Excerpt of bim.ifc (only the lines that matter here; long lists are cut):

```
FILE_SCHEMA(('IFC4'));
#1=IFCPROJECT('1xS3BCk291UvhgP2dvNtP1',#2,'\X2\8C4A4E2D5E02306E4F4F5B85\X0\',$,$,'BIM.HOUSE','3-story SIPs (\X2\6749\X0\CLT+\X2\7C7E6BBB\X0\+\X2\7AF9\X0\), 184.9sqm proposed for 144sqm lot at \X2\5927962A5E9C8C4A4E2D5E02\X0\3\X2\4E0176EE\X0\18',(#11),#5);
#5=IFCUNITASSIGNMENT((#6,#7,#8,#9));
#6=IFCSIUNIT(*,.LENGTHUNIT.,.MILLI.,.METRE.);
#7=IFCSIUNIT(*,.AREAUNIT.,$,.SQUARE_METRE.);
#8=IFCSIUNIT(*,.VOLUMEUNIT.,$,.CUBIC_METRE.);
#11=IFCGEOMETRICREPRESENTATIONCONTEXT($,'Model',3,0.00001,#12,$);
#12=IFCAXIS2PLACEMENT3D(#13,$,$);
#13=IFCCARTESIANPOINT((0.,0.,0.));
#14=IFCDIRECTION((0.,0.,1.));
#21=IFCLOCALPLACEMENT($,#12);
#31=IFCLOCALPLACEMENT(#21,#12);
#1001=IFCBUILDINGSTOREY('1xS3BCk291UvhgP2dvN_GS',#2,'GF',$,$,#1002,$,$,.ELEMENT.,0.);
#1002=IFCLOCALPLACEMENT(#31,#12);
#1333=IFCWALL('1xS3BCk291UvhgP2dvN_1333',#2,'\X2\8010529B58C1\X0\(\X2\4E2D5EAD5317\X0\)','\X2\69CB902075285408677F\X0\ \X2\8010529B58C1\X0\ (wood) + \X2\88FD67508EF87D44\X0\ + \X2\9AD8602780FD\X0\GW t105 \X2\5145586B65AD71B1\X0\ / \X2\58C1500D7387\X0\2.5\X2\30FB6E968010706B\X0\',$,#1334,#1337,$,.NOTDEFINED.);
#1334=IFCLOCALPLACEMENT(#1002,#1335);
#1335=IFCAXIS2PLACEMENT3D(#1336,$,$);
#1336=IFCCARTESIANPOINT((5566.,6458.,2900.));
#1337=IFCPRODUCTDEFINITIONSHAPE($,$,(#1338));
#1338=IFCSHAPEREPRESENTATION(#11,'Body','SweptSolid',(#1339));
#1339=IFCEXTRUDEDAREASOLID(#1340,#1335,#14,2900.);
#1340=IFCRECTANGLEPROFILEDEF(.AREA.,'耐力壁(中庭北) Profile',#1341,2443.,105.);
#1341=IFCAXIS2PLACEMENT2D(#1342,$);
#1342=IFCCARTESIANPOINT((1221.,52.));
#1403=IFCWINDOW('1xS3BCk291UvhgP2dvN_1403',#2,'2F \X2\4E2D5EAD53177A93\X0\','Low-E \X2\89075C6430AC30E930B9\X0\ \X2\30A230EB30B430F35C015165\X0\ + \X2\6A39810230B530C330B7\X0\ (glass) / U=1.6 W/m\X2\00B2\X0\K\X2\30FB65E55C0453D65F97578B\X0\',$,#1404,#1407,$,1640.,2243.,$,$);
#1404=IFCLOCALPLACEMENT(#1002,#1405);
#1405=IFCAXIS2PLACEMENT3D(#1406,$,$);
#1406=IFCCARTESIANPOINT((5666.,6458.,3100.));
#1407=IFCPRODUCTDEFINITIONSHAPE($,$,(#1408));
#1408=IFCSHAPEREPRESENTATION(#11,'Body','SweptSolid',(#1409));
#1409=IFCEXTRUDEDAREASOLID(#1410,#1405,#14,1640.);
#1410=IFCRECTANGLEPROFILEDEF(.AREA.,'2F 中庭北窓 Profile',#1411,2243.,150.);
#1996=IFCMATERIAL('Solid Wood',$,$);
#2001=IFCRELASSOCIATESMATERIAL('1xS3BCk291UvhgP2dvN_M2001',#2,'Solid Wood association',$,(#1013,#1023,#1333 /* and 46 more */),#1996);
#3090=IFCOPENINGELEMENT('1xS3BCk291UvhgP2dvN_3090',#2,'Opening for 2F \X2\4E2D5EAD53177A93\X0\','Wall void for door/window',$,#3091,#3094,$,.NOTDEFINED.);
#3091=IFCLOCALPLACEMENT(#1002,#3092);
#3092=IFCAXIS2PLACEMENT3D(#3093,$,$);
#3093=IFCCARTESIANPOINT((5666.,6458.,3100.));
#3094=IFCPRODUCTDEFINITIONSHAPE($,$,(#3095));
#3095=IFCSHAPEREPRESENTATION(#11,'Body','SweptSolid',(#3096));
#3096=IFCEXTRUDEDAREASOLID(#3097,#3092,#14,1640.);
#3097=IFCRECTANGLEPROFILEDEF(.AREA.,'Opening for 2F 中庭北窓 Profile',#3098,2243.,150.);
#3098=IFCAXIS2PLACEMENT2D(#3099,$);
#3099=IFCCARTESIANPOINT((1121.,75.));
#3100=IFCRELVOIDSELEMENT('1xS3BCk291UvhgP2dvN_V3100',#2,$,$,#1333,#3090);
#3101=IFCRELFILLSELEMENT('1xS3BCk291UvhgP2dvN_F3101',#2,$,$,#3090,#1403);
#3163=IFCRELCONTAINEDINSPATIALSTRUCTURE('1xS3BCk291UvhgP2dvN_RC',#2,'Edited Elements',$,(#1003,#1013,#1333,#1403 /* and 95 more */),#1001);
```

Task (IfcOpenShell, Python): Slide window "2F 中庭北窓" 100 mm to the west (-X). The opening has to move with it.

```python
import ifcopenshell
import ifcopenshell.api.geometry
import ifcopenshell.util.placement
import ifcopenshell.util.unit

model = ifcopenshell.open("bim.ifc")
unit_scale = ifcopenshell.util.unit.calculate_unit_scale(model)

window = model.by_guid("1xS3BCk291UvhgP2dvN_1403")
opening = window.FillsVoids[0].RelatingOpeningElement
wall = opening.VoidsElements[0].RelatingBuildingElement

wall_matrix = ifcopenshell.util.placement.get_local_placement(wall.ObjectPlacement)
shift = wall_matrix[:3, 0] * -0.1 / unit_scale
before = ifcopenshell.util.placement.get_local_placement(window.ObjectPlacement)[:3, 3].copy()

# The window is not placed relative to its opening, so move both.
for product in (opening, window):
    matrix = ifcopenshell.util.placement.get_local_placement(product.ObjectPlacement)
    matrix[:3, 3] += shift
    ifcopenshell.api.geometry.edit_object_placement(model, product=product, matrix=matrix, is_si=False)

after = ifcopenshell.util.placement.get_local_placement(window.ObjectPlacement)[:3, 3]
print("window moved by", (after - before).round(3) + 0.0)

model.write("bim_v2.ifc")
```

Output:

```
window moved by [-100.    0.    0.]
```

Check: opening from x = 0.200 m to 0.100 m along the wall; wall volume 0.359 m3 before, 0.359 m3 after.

» **Problem to work on**
Retype the entries above exactly as they appear.

» **Finished task**
Excerpt of bim.ifc (only the lines that matter here; long lists are cut):

```
FILE_SCHEMA(('IFC4'));
#1=IFCPROJECT('1xS3BCk291UvhgP2dvNtP1',#2,'\X2\8C4A4E2D5E02306E4F4F5B85\X0\',$,$,'BIM.HOUSE','3-story SIPs (\X2\6749\X0\CLT+\X2\7C7E6BBB\X0\+\X2\7AF9\X0\), 184.9sqm proposed for 144sqm lot at \X2\5927962A5E9C8C4A4E2D5E02\X0\3\X2\4E0176EE\X0\18',(#11),#5);
#5=IFCUNITASSIGNMENT((#6,#7,#8,#9));
#6=IFCSIUNIT(*,.LENGTHUNIT.,.MILLI.,.METRE.);
#7=IFCSIUNIT(*,.AREAUNIT.,$,.SQUARE_METRE.);
#8=IFCSIUNIT(*,.VOLUMEUNIT.,$,.CUBIC_METRE.);
#11=IFCGEOMETRICREPRESENTATIONCONTEXT($,'Model',3,0.00001,#12,$);
#12=IFCAXIS2PLACEMENT3D(#13,$,$);
#13=IFCCARTESIANPOINT((0.,0.,0.));
#14=IFCDIRECTION((0.,0.,1.));
#21=IFCLOCALPLACEMENT($,#12);
#31=IFCLOCALPLACEMENT(#21,#12);
#1001=IFCBUILDINGSTOREY('1xS3BCk291UvhgP2dvN_GS',#2,'GF',$,$,#1002,$,$,.ELEMENT.,0.);
#1002=IFCLOCALPLACEMENT(#31,#12);
#1333=IFCWALL('1xS3BCk291UvhgP2dvN_1333',#2,'\X2\8010529B58C1\X0\(\X2\4E2D5EAD5317\X0\)','\X2\69CB902075285408677F\X0\ \X2\8010529B58C1\X0\ (wood) + \X2\88FD67508EF87D44\X0\ + \X2\9AD8602780FD\X0\GW t105 \X2\5145586B65AD71B1\X0\ / \X2\58C1500D7387\X0\2.5\X2\30FB6E968010706B\X0\',$,#1334,#1337,$,.NOTDEFINED.);
#1334=IFCLOCALPLACEMENT(#1002,#1335);
#1335=IFCAXIS2PLACEMENT3D(#1336,$,$);
#1336=IFCCARTESIANPOINT((5566.,6458.,2900.));
#1337=IFCPRODUCTDEFINITIONSHAPE($,$,(#1338));
#1338=IFCSHAPEREPRESENTATION(#11,'Body','SweptSolid',(#1339));
#1339=IFCEXTRUDEDAREASOLID(#1340,#1335,#14,2900.);
#1340=IFCRECTANGLEPROFILEDEF(.AREA.,'耐力壁(中庭北) Profile',#1341,2443.,105.);
#1341=IFCAXIS2PLACEMENT2D(#1342,$);
#1342=IFCCARTESIANPOINT((1221.,52.));
#1403=IFCWINDOW('1xS3BCk291UvhgP2dvN_1403',#2,'2F \X2\4E2D5EAD53177A93\X0\','Low-E \X2\89075C6430AC30E930B9\X0\ \X2\30A230EB30B430F35C015165\X0\ + \X2\6A39810230B530C330B7\X0\ (glass) / U=1.6 W/m\X2\00B2\X0\K\X2\30FB65E55C0453D65F97578B\X0\',$,#1404,#1407,$,1640.,2243.,$,$);
#1404=IFCLOCALPLACEMENT(#1002,#1405);
#1405=IFCAXIS2PLACEMENT3D(#1406,$,$);
#1406=IFCCARTESIANPOINT((5666.,6458.,3100.));
#1407=IFCPRODUCTDEFINITIONSHAPE($,$,(#1408));
#1408=IFCSHAPEREPRESENTATION(#11,'Body','SweptSolid',(#1409));
#1409=IFCEXTRUDEDAREASOLID(#1410,#1405,#14,1640.);
#1410=IFCRECTANGLEPROFILEDEF(.AREA.,'2F 中庭北窓 Profile',#1411,2243.,150.);
#1996=IFCMATERIAL('Solid Wood',$,$);
#2001=IFCRELASSOCIATESMATERIAL('1xS3BCk291UvhgP2dvN_M2001',#2,'Solid Wood association',$,(#1013,#1023,#1333 /* and 46 more */),#1996);
#3090=IFCOPENINGELEMENT('1xS3BCk291UvhgP2dvN_3090',#2,'Opening for 2F \X2\4E2D5EAD53177A93\X0\','Wall void for door/window',$,#3091,#3094,$,.NOTDEFINED.);
#3091=IFCLOCALPLACEMENT(#1002,#3092);
#3092=IFCAXIS2PLACEMENT3D(#3093,$,$);
#3093=IFCCARTESIANPOINT((5666.,6458.,3100.));
#3094=IFCPRODUCTDEFINITIONSHAPE($,$,(#3095));
#3095=IFCSHAPEREPRESENTATION(#11,'Body','SweptSolid',(#3096));
#3096=IFCEXTRUDEDAREASOLID(#3097,#3092,#14,1640.);
#3097=IFCRECTANGLEPROFILEDEF(.AREA.,'Opening for 2F 中庭北窓 Profile',#3098,2243.,150.);
#3098=IFCAXIS2PLACEMENT2D(#3099,$);
#3099=IFCCARTESIANPOINT((1121.,75.));
#3100=IFCRELVOIDSELEMENT('1xS3BCk291UvhgP2dvN_V3100',#2,$,$,#1333,#3090);
#3101=IFCRELFILLSELEMENT('1xS3BCk291UvhgP2dvN_F3101',#2,$,$,#3090,#1403);
#3163=IFCRELCONTAINEDINSPATIALSTRUCTURE('1xS3BCk291UvhgP2dvN_RC',#2,'Edited Elements',$,(#1003,#1013,#1333,#1403 /* and 95 more */),#1001);
```

Task (IfcOpenShell, Python): Slide window "2F 中庭北窓" 100 mm to the west (-X). The opening has to move with it.

```python
import ifcopenshell
import ifcopenshell.api.geometry
import ifcopenshell.util.placement
import ifcopenshell.util.unit

model = ifcopenshell.open("bim.ifc")
unit_scale = ifcopenshell.util.unit.calculate_unit_scale(model)

window = model.by_guid("1xS3BCk291UvhgP2dvN_1403")
opening = window.FillsVoids[0].RelatingOpeningElement
wall = opening.VoidsElements[0].RelatingBuildingElement

wall_matrix = ifcopenshell.util.placement.get_local_placement(wall.ObjectPlacement)
shift = wall_matrix[:3, 0] * -0.1 / unit_scale
before = ifcopenshell.util.placement.get_local_placement(window.ObjectPlacement)[:3, 3].copy()

# The window is not placed relative to its opening, so move both.
for product in (opening, window):
    matrix = ifcopenshell.util.placement.get_local_placement(product.ObjectPlacement)
    matrix[:3, 3] += shift
    ifcopenshell.api.geometry.edit_object_placement(model, product=product, matrix=matrix, is_si=False)

after = ifcopenshell.util.placement.get_local_placement(window.ObjectPlacement)[:3, 3]
print("window moved by", (after - before).round(3) + 0.0)

model.write("bim_v2.ifc")
```

Output:

```
window moved by [-100.    0.    0.]
```

Check: opening from x = 0.200 m to 0.100 m along the wall; wall volume 0.359 m3 before, 0.359 m3 after.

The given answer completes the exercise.